I was delighted when Jane and Brian Boswell bought him for their circus. Once I showed Jane all of Ben’s cues, he fitted into circus life very quickly. He still loves the attention he draws when he performs in front of a large crowd, and Jane has a team of six miniature ponies who have become Ben Hur’s family.
CHAPTER 38
Fort Worth and Las Vegas
We enjoyed being with the Stockleys so much that, when filming finished on Racing Stripes, we didn’t leave Africa straightaway but instead took the opportunity to explore other countries nearby, Zambia, Botswana and Zimbabwe, before returning to the Stockleys’ for Christmas.
During the filming of Racing Stripes, Tad Griffith had called and asked if I wanted to be part of an international trick-riding act he was putting together for the Fort Worth Stock Show and Rodeo in Texas at the end of January. I didn’t need to be asked twice; I was very excited by the prospect, but also nervous. I am never at my fittest when I’m shooting a film and working long hours, not to mention eating a lot of great catering food. On the other hand, I couldn’t believe my luck: although I felt unfit, I had with me in South Africa our very own personal trainer—Brit! Utilising her expertise and experience, Craig and I both got into shape before the end of filming.
After Christmas we left South Africa and went home for a couple of days, repacked for a northern hemisphere winter and flew to the US then headed to Tad and Wendy’s. There we met up with the one of the other trick riders, Tonia Forsberg.
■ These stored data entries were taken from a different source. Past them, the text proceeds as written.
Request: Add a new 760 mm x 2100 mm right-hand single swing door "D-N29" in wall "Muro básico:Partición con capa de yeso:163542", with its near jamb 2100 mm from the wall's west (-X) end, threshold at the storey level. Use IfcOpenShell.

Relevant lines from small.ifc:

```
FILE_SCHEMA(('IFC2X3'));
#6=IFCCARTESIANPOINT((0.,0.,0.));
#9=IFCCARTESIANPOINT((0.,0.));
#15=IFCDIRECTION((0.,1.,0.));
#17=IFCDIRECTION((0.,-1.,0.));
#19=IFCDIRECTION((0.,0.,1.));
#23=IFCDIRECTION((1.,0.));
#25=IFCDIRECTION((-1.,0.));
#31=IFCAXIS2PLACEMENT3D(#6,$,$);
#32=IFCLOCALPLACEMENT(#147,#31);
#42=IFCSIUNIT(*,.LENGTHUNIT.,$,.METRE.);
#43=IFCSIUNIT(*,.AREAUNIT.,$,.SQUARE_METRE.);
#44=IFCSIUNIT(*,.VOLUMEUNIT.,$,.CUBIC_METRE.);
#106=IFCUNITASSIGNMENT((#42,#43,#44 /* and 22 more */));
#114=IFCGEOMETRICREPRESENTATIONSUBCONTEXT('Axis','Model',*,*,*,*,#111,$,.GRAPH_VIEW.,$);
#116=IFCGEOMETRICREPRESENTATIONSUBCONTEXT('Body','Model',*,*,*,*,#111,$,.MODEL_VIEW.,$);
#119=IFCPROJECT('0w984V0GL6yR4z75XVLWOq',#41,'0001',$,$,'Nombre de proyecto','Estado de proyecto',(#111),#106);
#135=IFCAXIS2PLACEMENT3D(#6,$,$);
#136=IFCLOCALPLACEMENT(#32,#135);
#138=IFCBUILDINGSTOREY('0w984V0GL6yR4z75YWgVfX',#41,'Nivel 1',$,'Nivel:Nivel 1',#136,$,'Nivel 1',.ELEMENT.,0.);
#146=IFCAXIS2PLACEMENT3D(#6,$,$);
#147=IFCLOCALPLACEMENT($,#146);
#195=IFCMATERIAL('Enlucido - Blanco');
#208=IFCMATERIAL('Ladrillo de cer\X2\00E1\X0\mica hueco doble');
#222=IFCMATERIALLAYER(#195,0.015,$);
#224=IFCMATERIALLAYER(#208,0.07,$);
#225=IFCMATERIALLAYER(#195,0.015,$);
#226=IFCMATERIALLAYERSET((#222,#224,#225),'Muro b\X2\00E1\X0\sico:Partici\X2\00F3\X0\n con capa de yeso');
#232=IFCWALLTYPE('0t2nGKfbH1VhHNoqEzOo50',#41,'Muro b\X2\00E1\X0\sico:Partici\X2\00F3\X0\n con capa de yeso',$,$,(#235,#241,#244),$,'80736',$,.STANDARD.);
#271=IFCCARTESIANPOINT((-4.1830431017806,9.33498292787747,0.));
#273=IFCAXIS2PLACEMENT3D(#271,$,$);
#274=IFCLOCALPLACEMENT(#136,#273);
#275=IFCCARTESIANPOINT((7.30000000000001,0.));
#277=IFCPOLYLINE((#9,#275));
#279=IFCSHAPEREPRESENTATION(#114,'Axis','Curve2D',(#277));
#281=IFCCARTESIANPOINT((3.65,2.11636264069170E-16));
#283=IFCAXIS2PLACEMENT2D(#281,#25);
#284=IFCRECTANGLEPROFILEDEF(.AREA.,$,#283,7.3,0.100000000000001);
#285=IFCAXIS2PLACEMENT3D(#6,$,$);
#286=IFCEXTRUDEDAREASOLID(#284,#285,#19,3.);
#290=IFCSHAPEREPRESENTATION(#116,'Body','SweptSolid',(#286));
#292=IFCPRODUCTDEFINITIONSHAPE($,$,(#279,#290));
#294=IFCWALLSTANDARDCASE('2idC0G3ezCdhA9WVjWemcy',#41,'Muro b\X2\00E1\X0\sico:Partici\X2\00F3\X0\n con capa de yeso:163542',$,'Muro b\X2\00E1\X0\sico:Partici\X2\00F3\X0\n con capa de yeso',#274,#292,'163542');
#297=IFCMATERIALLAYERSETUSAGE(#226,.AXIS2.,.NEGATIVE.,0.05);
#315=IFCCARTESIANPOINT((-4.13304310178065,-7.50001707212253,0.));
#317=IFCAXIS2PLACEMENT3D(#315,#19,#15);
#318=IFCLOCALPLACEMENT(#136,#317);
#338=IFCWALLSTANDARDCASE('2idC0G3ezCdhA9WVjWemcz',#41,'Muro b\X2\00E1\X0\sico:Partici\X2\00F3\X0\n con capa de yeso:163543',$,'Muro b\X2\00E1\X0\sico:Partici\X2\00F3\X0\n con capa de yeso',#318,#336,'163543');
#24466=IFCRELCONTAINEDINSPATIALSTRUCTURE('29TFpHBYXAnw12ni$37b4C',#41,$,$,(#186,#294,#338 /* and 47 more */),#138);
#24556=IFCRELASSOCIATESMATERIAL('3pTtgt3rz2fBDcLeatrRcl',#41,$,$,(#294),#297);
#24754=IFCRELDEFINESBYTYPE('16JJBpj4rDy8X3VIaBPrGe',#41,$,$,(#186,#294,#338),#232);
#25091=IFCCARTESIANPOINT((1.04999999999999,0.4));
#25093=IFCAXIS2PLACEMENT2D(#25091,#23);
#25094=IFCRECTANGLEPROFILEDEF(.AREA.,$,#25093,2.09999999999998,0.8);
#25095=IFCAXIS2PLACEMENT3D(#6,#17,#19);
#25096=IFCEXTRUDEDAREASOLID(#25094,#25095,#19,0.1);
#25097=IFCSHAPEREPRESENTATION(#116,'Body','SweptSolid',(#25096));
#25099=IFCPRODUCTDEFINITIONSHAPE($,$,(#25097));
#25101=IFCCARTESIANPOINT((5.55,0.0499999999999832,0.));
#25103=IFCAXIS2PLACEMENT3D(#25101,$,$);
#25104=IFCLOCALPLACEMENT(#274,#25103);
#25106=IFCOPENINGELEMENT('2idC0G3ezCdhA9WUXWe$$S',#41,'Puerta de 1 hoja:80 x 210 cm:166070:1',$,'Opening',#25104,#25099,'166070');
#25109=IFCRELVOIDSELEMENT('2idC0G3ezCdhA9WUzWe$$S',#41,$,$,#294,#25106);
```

```python
import numpy as np
import ifcopenshell
import ifcopenshell.api.feature
import ifcopenshell.api.geometry
import ifcopenshell.api.root
import ifcopenshell.api.spatial
import ifcopenshell.api.type
import ifcopenshell.geom
import ifcopenshell.util.element
import ifcopenshell.util.placement
import ifcopenshell.util.representation
import ifcopenshell.util.shape
import ifcopenshell.util.unit

model = ifcopenshell.open("small.ifc")
unit_scale = ifcopenshell.util.unit.calculate_unit_scale(model)
settings = ifcopenshell.geom.settings()


def volume(element):
    """Net volume in cubic metres, openings subtracted."""
    shape = ifcopenshell.geom.create_shape(settings, element)
    return ifcopenshell.util.shape.get_volume(shape.geometry)


wall = model.by_id(294)
storey = ifcopenshell.util.element.get_container(wall, ifc_class="IfcBuildingStorey")
context = ifcopenshell.util.representation.get_context(model, "Model", "Body", "MODEL_VIEW")
before = volume(wall)

width, height, from_end, sill = 0.76, 2.1, 2.1, 0.0  # metres

# The wall runs along its own X axis, and the end named is its -X end.
wall_shape = ifcopenshell.geom.create_shape(settings, wall)
x, y, z = ifcopenshell.util.shape.get_vertices(wall_shape.geometry).T
start = x.min() + from_end
face, thickness = float(y.min()), float(y.max() - y.min())
wall_matrix = ifcopenshell.util.placement.get_local_placement(wall.ObjectPlacement)
level = ifcopenshell.util.placement.get_local_placement(storey.ObjectPlacement)[2, 3]


def in_wall(x, y):
    """Placement at x, y metres in the wall's axes, at sill height."""
    matrix = wall_matrix.copy()
    matrix[:, 3] = wall_matrix @ np.array([x / unit_scale, y / unit_scale, 0.0, 1.0])
    matrix[2, 3] = level + sill / unit_scale
    return matrix


# Opening: a box that overshoots both wall faces by 50 mm.
opening = ifcopenshell.api.root.create_entity(model, ifc_class="IfcOpeningElement")
box = ifcopenshell.api.geometry.add_wall_representation(
    model, context=context, length=width, height=height, thickness=thickness + 0.1
)
ifcopenshell.api.geometry.assign_representation(model, product=opening, representation=box)
ifcopenshell.api.geometry.edit_object_placement(model, product=opening, matrix=in_wall(start, face - 0.05), is_si=False)
ifcopenshell.api.feature.add_feature(model, feature=opening, element=wall)

door = ifcopenshell.api.root.create_entity(model, ifc_class="IfcDoor", name="D-N29")
door.OverallWidth, door.OverallHeight = width / unit_scale, height / unit_scale
body = ifcopenshell.api.geometry.add_door_representation(
    model,
    context=context,
    overall_width=door.OverallWidth,
    overall_height=door.OverallHeight,
    operation_type="SINGLE_SWING_RIGHT",
    lining_properties={"LiningDepth": thickness / unit_scale, "ThresholdDepth": thickness / unit_scale},
)
ifcopenshell.api.geometry.assign_representation(model, product=door, representation=body)
ifcopenshell.api.spatial.assign_container(model, products=[door], relating_structure=storey)
fills = ifcopenshell.api.feature.add_filling(model, opening=opening, element=door)
fills.OwnerHistory = door.OwnerHistory  # required in IFC2X3

# IFC2X3 keeps the operation on the door style.
style = ifcopenshell.api.root.create_entity(model, ifc_class="IfcDoorStyle", name="D-N29")
style.OperationType, style.ConstructionType = "SINGLE_SWING_RIGHT", "NOTDEFINED"
style.ParameterTakesPrecedence = style.Sizeable = False
ifcopenshell.api.type.assign_type(model, related_objects=[door], relating_type=style)

# The lining spans the wall, so the door starts at the wall face.
ifcopenshell.api.geometry.edit_object_placement(model, product=door, matrix=in_wall(start, face), is_si=False)

after = volume(wall)

print(f"wall volume {before:.3f} -> {after:.3f} m3")

model.write("small_v2.ifc")
```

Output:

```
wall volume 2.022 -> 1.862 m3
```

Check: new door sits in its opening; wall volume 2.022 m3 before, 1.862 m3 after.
Tad worked with Tonia and me, rehearsing for two solid weeks. The pressure was on, and I loved it. It was going to be the first time Tad had performed at his old stomping ground, Fort Worth, since hi
s mum had passed away, and I was honoured to be involved.
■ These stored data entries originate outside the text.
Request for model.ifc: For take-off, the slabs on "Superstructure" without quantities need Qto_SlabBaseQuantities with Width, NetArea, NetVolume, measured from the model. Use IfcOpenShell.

First a look at what the model holds.

```python
import ifcopenshell
import ifcopenshell.util.element
import ifcopenshell.util.unit

model = ifcopenshell.open("model.ifc")
print(model.schema)
for unit_type in ("LENGTHUNIT", "AREAUNIT", "VOLUMEUNIT"):
    print(unit_type, ifcopenshell.util.unit.calculate_unit_scale(model, unit_type))
storey = next(s for s in model.by_type("IfcBuildingStorey") if s.Name == "Superstructure")
slabs = [e for e in ifcopenshell.util.element.get_decomposition(storey) if e.is_a("IfcSlab")]
for e in sorted(slabs, key=lambda e: e.id()):
    print(e.id(), e.is_a(), e.Name, list(ifcopenshell.util.element.get_psets(e, qtos_only=True)), sep=" | ")
```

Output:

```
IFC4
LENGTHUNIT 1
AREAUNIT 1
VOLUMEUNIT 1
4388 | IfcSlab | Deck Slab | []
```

```python
import ifcopenshell
import ifcopenshell.api.pset
import ifcopenshell.geom
import ifcopenshell.util.element
import ifcopenshell.util.shape
import ifcopenshell.util.unit

model = ifcopenshell.open("model.ifc")
unit_scale = ifcopenshell.util.unit.calculate_unit_scale(model)
area_scale = ifcopenshell.util.unit.calculate_unit_scale(model, "AREAUNIT")
volume_scale = ifcopenshell.util.unit.calculate_unit_scale(model, "VOLUMEUNIT")
settings = ifcopenshell.geom.settings()

storey = next(s for s in model.by_type("IfcBuildingStorey") if s.Name == "Superstructure")
slabs = [e for e in ifcopenshell.util.element.get_decomposition(storey) if e.is_a("IfcSlab")]

for e in sorted(slabs, key=lambda e: e.id()):
    if ifcopenshell.util.element.get_psets(e, qtos_only=True, should_inherit=False):
        continue
    # Geometry comes back in metres, in the element's own axes.
    shape = ifcopenshell.geom.create_shape(settings, e)
    values = {
        "Width": ifcopenshell.util.shape.get_z(shape.geometry) / unit_scale,
        "NetArea": ifcopenshell.util.shape.get_footprint_area(shape.geometry) / area_scale,
        "NetVolume": ifcopenshell.util.shape.get_volume(shape.geometry) / volume_scale,
    }
    qto = ifcopenshell.api.pset.add_qto(model, product=e, name="Qto_SlabBaseQuantities")
    ifcopenshell.api.pset.edit_qto(model, qto=qto, properties=values)
    print(e.id(), {k: round(v, 3) for k, v in values.items()})

model.write("model_rev.ifc")
```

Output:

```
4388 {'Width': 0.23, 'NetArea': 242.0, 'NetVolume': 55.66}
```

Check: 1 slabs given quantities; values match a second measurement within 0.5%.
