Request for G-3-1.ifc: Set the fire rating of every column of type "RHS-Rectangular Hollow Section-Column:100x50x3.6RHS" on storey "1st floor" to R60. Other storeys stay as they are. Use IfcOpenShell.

First a look at what the model holds.

```python
import ifcopenshell
import ifcopenshell.util.element

model = ifcopenshell.open("G-3-1.ifc")
print(model.schema)
storey = next(s for s in model.by_type("IfcBuildingStorey") if s.Name == "1st floor")
columns = [e for e in ifcopenshell.util.element.get_decomposition(storey) if e.is_a("IfcColumn")]
seen = {}
for e in columns:
    element_type = ifcopenshell.util.element.get_type(e)
    key = (element_type.Name if element_type != e and element_type else None, ifcopenshell.util.element.get_pset(e, "Pset_ColumnCommon", "FireRating"))
    seen[key] = seen.get(key, 0) + 1
for (name, value), count in sorted(seen.items(), key=str):
    print(count, "x", name, "|", value)
```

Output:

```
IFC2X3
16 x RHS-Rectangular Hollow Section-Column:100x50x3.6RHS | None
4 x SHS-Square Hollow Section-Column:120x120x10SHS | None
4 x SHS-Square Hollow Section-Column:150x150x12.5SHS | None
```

```python
import ifcopenshell
import ifcopenshell.api.pset
import ifcopenshell.util.element

model = ifcopenshell.open("G-3-1.ifc")

storey = next(s for s in model.by_type("IfcBuildingStorey") if s.Name == "1st floor")
columns = [e for e in ifcopenshell.util.element.get_decomposition(storey) if e.is_a("IfcColumn")]

count = 0
for e in columns:
    element_type = ifcopenshell.util.element.get_type(e)
    if element_type in (None, e) or element_type.Name != "RHS-Rectangular Hollow Section-Column:100x50x3.6RHS":
        continue
    # add_pset returns the element's existing set when there is one.
    pset = ifcopenshell.api.pset.add_pset(model, product=e, name="Pset_ColumnCommon")
    ifcopenshell.api.pset.edit_pset(model, pset=pset, properties={"FireRating": "R60"})
    count += 1

print(count, "columns updated")

model.write("G-3-1_updated.ifc")
```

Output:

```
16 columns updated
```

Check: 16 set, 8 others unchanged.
We hauled Tad’s horses the 2200 kilometres down to Texas in a gooseneck trailer with Tad, Wendy and their two little boys. Tonia had left a day or two before us in her own truck and trailer; it was a long way to go by herself. When we arrived, we met the third woman of our team, Niki Cammaert, who came down from Canada.
We were in the opening parade and then we had a twelve-minute act; during our trick-riding act we each had individual tricks that Tad had chosen for us to perform. When we became too sore from doing a particular trick we would swap them round. On my first night, just as I was about to go into that amazing arena, I remembered being up there in the audience with Heidi all those years ago and thinking what an amazing trick-riding arena it was—and now I was about to ride into it. It was the most exhilarating moment.
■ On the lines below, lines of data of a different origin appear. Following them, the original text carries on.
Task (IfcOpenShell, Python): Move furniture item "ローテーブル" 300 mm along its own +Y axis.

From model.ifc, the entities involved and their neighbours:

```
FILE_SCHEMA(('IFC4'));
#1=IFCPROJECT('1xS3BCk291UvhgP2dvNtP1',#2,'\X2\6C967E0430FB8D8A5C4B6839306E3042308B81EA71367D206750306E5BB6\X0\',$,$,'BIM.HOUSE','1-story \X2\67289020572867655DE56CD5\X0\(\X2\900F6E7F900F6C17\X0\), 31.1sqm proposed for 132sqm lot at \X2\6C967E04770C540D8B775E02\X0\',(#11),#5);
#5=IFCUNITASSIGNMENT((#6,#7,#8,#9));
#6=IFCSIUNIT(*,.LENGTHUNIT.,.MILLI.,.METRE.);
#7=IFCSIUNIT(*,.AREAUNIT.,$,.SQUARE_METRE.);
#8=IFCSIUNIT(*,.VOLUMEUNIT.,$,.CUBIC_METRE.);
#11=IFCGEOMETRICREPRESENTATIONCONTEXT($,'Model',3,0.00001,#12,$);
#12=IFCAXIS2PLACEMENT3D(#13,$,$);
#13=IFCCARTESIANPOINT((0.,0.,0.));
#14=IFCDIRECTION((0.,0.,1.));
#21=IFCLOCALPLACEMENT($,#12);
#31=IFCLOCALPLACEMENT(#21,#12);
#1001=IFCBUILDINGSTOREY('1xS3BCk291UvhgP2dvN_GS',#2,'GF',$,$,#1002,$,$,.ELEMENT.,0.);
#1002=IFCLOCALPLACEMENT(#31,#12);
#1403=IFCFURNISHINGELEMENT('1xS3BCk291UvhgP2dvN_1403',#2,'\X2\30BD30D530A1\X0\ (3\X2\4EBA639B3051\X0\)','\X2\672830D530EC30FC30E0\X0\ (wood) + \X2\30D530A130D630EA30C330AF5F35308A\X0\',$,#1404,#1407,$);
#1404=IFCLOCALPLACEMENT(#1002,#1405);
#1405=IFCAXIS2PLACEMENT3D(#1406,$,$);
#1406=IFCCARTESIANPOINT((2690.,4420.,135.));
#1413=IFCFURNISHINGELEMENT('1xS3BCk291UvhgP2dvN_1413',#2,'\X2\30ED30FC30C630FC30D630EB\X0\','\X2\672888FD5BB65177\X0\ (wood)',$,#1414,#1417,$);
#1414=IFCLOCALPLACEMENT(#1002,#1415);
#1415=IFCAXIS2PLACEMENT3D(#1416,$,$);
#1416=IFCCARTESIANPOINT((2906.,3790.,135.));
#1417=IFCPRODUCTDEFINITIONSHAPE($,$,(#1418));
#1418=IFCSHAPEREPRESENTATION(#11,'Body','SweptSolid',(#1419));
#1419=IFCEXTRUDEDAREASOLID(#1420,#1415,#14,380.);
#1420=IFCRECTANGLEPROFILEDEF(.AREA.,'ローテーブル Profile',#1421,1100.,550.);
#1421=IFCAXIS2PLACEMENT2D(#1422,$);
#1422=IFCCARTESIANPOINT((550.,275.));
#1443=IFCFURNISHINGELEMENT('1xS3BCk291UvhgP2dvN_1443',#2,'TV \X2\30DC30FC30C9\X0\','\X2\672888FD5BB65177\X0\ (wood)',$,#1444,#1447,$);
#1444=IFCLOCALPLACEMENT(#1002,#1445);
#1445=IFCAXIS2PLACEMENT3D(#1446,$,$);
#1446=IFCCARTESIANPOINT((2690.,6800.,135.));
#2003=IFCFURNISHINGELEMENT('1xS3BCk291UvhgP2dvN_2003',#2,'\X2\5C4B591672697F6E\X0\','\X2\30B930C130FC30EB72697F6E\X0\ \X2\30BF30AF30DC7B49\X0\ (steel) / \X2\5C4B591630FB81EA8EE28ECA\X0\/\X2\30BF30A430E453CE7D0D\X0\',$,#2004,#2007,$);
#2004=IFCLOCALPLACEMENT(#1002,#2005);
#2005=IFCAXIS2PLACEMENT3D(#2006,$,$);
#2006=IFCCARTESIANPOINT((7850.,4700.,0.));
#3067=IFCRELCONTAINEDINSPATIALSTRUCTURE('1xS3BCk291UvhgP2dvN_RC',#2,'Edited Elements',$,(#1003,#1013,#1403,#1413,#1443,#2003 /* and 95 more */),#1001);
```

```python
import ifcopenshell
import ifcopenshell.api.geometry
import ifcopenshell.util.placement

model = ifcopenshell.open("model.ifc")

item = model.by_guid("1xS3BCk291UvhgP2dvN_1413")
matrix = ifcopenshell.util.placement.get_local_placement(item.ObjectPlacement)
matrix[:3, 3] += matrix[:3, 1] * 300.0
ifcopenshell.api.geometry.edit_object_placement(model, product=item, matrix=matrix, is_si=False)

print(ifcopenshell.util.placement.get_local_placement(item.ObjectPlacement).round(3) + 0.0)

model.write("model_rev.ifc")
```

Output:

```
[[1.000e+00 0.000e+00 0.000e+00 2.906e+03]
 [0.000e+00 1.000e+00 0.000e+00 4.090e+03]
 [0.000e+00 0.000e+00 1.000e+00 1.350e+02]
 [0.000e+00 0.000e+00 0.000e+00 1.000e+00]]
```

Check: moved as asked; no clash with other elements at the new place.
In the buzz of the live-show environment, Tad was in his element—managing us and each of his horses, looking after costuming, rehearsing, performing and socialising. We rehearsed each day before performing.
Craig and Wendy were invaluable as the ground crew, both of them again proving themselves completely dependable and wonderful. As had happened with Jim, Craig also became very close friends with Tad; it was as though they were family, in a way. Of course, Tad also came from a live-show background. He knew exactly what it was like: you travel, you pick up the animal poo, you perform and give it everything you have; then you get in your truck and do it all again in a new town. I could see a lot of similarities between Craig and Tad, and I think Wendy and I are alike in some ways too. Like us, they tend to ‘live in the moment’, and they obtain a lot of joy from their lives and from the people around them.